Task to complete:
Among the entries below, which lines include the string "IFCCARTESIANPOINT"? Show each one.
-------- Material for this task --------
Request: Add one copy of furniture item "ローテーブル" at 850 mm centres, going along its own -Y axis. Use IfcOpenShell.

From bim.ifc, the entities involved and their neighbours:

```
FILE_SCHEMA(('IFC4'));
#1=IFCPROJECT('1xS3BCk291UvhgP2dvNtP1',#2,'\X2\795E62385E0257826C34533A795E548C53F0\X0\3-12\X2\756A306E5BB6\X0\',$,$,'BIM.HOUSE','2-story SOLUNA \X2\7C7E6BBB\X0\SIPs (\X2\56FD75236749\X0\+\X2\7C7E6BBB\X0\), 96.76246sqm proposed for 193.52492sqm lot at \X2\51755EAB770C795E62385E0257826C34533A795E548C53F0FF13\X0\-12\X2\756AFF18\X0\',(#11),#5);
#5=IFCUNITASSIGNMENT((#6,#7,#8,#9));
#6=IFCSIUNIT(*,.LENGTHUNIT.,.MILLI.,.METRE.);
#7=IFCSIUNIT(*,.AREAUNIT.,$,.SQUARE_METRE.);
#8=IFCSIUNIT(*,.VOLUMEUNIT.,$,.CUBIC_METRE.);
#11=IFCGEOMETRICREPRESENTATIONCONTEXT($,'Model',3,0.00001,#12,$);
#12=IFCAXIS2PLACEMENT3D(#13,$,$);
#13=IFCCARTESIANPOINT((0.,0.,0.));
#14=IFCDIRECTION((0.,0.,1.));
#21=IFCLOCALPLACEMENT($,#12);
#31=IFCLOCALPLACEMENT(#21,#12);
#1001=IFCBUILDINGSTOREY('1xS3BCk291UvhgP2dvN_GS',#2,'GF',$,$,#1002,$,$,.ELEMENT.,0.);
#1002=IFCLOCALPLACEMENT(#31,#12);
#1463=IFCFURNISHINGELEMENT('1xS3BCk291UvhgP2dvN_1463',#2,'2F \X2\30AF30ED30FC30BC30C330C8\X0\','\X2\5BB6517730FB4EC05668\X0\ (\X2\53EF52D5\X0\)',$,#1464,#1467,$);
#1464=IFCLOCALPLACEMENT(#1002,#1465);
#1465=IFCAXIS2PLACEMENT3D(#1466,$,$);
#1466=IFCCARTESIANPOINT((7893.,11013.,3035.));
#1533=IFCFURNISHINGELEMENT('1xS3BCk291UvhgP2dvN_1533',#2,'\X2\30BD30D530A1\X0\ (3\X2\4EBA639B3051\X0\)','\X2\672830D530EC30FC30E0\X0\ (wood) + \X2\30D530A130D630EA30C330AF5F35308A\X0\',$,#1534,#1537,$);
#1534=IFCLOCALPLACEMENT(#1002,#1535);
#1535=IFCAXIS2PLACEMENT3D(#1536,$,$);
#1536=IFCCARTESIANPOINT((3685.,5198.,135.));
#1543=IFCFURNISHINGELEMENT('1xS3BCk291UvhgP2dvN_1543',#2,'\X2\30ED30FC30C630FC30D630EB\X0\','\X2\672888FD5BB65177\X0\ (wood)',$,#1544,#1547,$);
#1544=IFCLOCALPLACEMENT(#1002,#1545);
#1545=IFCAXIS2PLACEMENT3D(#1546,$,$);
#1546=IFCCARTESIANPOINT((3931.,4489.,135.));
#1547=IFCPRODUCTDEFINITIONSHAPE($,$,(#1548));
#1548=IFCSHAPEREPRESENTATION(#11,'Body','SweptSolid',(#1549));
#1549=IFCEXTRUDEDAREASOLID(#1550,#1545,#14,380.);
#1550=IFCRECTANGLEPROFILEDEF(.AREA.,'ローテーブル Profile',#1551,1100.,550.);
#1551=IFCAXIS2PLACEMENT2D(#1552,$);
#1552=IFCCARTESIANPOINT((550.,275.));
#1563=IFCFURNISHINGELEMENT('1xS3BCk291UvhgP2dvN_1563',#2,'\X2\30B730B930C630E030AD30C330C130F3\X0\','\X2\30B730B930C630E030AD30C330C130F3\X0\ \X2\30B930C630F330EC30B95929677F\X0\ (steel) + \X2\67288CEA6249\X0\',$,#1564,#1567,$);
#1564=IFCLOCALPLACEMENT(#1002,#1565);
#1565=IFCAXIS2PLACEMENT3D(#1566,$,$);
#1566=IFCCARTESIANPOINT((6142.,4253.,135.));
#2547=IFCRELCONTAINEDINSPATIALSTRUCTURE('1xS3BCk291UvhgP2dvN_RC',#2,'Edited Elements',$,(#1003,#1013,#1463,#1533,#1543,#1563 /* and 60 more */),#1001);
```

```python
import ifcopenshell
import ifcopenshell.api.geometry
import ifcopenshell.api.root
import ifcopenshell.util.element
import ifcopenshell.util.placement
import ifcopenshell.util.unit

model = ifcopenshell.open("bim.ifc")
unit_scale = ifcopenshell.util.unit.calculate_unit_scale(model)


def reuse_history(source, copy):
    """copy_class also copies each property set's owner history, people and application; keep the originals."""
    for rel in copy.IsDefinedBy:
        if rel.is_a("IfcRelDefinesByProperties") and (history := rel.RelatingPropertyDefinition.OwnerHistory):
            rel.RelatingPropertyDefinition.OwnerHistory = source.OwnerHistory
            ifcopenshell.util.element.remove_deep2(model, history)


source = model.by_id(1543)
base = ifcopenshell.util.placement.get_local_placement(source.ObjectPlacement)
step = -base[:3, 1] * 0.85 / unit_scale

for i in range(1, 2):
    copy = ifcopenshell.api.root.copy_class(model, product=source)
    copy.Representation = ifcopenshell.util.element.copy_deep(
        model, source.Representation, exclude=["IfcGeometricRepresentationContext", "IfcRepresentationMap"]
    )
    reuse_history(source, copy)
    matrix = base.copy()
    matrix[:3, 3] += i * step
    print("added at", matrix[:3, 3].round(3) + 0.0)
    ifcopenshell.api.geometry.edit_object_placement(model, product=copy, matrix=matrix, is_si=False)

model.write("bim_rev.ifc")
```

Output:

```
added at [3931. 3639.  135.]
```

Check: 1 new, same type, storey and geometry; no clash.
--------
Answer for this exercise:
#13=IFCCARTESIANPOINT((0.,0.,0.));
#1466=IFCCARTESIANPOINT((7893.,11013.,3035.));
#1536=IFCCARTESIANPOINT((3685.,5198.,135.));
#1546=IFCCARTESIANPOINT((3931.,4489.,135.));
#1552=IFCCARTESIANPOINT((550.,275.));
#1566=IFCCARTESIANPOINT((6142.,4253.,135.));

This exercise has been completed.